その瞬間、美咲の身体が激しく震え、恐怖で足がすくんだ。過去の支配の記憶が、一瞬にして彼女の心を囚われの身にしようとしていた。
「やめてください!」
和樹は咄嗟に割り込み、美咲の手を強く引き寄せて自分の背中に庇った。
「なんだお前? 外野は引っ込んでろよ。こいつは元々俺の『もの』なんだよ」
嘲笑う元カレに対し、和樹は逃げずにまっすぐな瞳で男を睨みつけた。
「彼女は誰の所有物でもない! 一人の尊い人間だ! あなたが彼女をどれだけ傷つけたか……二度と美咲に近づくな!」
不器用だが、全身から溢れ出る和樹の怒りと命がけの保護の意志。
その背中を見た美咲の心の中で、冷たく凍りついていた何かが弾けて砕けた。自分を『道具』扱いした男と、自分を一人の人間として愛し、命がけで守ろうとしてくれる男。
美咲は和樹のシャツの裾を力強く握りしめると、前に一歩踏み出し、元カレの目をまっすぐに見据えた。

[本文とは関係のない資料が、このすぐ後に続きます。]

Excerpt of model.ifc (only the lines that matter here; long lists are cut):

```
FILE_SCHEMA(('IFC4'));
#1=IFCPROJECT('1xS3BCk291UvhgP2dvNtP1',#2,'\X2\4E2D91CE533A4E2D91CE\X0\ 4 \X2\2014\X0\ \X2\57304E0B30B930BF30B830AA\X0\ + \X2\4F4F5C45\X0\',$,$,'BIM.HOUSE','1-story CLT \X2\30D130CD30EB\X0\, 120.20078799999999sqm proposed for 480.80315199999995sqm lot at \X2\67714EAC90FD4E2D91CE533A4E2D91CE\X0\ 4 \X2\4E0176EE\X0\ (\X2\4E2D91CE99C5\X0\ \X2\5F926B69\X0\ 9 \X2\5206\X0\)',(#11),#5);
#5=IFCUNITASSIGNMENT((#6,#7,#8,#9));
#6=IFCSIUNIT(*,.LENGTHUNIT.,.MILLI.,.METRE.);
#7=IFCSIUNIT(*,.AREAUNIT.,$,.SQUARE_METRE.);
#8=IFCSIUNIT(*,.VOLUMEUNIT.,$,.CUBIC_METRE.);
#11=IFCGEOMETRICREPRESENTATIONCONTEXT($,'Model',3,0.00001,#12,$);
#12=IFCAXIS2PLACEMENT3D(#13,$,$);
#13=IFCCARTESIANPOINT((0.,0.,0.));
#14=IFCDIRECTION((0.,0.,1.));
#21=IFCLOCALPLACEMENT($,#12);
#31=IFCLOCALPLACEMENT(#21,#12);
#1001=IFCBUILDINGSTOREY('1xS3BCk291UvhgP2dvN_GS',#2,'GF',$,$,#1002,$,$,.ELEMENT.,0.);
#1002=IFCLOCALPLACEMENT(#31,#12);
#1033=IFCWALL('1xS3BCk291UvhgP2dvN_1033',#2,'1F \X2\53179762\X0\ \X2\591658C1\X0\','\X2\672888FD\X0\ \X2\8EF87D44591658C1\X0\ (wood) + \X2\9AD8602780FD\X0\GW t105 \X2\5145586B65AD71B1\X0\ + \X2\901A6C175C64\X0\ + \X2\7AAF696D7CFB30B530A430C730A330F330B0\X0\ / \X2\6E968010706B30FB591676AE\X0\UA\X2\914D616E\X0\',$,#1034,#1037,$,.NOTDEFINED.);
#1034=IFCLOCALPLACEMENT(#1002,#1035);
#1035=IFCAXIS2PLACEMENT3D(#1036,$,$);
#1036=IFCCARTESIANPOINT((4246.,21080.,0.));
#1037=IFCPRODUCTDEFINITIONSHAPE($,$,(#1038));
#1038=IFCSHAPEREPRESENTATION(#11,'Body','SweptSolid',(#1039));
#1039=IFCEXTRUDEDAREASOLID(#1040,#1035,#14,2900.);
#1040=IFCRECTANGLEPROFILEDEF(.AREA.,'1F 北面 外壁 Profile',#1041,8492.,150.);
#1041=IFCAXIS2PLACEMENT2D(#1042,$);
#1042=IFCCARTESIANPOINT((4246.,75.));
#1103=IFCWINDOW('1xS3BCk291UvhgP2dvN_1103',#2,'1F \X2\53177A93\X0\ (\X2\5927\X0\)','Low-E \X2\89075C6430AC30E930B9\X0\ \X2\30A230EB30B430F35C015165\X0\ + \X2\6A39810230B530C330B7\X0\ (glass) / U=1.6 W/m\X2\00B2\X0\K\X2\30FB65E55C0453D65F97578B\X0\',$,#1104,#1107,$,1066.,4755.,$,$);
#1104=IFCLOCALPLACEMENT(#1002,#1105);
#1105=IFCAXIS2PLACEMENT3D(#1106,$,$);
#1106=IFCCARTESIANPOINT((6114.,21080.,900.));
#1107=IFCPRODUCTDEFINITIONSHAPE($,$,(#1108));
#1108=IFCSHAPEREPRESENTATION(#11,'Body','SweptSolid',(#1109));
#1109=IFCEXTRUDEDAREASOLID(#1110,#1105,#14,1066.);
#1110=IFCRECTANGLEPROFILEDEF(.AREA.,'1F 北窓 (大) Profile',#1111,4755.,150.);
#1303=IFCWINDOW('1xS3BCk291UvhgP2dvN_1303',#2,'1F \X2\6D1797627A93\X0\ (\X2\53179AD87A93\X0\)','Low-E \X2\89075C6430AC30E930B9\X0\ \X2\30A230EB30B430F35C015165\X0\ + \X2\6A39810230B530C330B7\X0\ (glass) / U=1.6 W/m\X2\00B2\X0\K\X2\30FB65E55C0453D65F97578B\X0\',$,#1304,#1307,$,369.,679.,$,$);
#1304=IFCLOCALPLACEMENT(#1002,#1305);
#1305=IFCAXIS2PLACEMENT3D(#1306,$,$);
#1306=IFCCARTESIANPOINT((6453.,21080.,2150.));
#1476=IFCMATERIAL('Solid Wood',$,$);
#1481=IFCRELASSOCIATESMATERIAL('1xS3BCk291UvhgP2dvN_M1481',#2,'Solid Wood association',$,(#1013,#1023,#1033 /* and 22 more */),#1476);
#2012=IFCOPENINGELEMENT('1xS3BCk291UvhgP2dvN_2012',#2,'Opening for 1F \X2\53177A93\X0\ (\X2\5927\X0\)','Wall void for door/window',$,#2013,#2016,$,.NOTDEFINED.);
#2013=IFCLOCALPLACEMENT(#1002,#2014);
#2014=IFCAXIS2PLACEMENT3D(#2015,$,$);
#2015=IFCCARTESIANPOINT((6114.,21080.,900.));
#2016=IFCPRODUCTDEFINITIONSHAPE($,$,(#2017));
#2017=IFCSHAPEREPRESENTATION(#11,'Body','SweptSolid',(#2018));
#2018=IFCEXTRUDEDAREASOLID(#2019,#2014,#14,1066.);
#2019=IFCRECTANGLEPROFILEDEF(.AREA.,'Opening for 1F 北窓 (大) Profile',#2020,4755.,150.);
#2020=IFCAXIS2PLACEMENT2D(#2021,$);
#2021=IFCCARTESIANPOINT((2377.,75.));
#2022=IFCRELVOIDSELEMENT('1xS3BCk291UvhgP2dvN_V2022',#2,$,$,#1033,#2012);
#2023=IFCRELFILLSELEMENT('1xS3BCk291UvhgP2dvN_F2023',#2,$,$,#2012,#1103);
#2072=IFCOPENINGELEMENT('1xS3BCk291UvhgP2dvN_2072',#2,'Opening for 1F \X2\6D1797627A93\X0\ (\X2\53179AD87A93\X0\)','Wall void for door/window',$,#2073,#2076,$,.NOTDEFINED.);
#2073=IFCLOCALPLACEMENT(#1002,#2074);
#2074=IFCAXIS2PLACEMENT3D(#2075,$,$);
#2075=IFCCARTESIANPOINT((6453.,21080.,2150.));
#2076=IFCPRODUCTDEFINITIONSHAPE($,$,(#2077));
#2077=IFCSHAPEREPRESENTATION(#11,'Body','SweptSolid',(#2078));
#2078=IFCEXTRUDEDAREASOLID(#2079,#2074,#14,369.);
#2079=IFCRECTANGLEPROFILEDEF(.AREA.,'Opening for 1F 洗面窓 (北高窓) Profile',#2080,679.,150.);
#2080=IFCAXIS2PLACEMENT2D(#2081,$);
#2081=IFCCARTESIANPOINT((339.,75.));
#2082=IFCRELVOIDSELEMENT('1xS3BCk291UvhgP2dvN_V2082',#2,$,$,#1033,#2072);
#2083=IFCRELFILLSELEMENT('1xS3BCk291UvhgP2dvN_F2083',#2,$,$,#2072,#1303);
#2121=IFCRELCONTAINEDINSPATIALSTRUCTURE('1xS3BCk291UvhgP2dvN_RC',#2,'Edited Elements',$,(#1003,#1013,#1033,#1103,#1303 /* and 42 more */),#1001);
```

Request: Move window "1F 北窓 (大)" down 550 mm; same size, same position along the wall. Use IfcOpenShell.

```python
import numpy as np
import ifcopenshell
import ifcopenshell.api.geometry
import ifcopenshell.util.placement
import ifcopenshell.util.unit

model = ifcopenshell.open("model.ifc")
unit_scale = ifcopenshell.util.unit.calculate_unit_scale(model)

window = model.by_guid("1xS3BCk291UvhgP2dvN_1103")
opening = window.FillsVoids[0].RelatingOpeningElement
dz = -550.0

shift = np.array([0.0, 0.0, dz])
# The window is not placed relative to its opening, so move both.
for product in (opening, window):
    matrix = ifcopenshell.util.placement.get_local_placement(product.ObjectPlacement)
    matrix[:3, 3] += shift
    ifcopenshell.api.geometry.edit_object_placement(model, product=product, matrix=matrix, is_si=False)

print(f"moved by {dz * unit_scale:+.3f} m")

model.write("model_v2.ifc")
```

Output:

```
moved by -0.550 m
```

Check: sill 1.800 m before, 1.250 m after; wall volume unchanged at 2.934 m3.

「私はもう……あなたの言う通りになる『あれ』じゃない! 私を本当に大切にしてくれる人は……和樹さんだけです!」
美咲の凛とした拒絶の言葉に、元カレは吐き捨てるように舌打ちをし、雨の街へと去っていった。
第四章:解けた呪縛と、ふたりだけの誓い
静まり返った雨上がりの街角で、和樹と美咲は深く抱き合った。
「美咲……よく言ったね。すごかったよ」
「和樹さん……ありがとう。和樹さんがいてくれたから……私、過去を乗り越えられた……!」
美咲は和樹の胸元に顔をうずめ、嬉し涙を流した。
かつてクズ男によって心に深い傷を負わされ、自分を見失っていた女性。しかし今、目の前にいるのは、愛する人の温もりに包まれ、自分自身の足で未来へ歩み出した一人の美しく強い女性だった。
和樹は美咲の涙をそっと指先で拭うと、彼女の華奢な肩を包み込み、深く見つめ返した。
「これからは、僕の側でずっと笑っていてほしい。僕の最高の恋人として」
「うん……! ずっと、ずっと一緒にいさせてください」
服越しに伝わるお互いのあたたかな体温と、早鐘のように打ち鳴らされる心臓の鼓動。
過去の傷跡を乗り越え、本当の愛を知った二人が紡ぎ出す物語は、どんな暗闇も照らす柔らかな光とともに、永遠に続いていくのだった。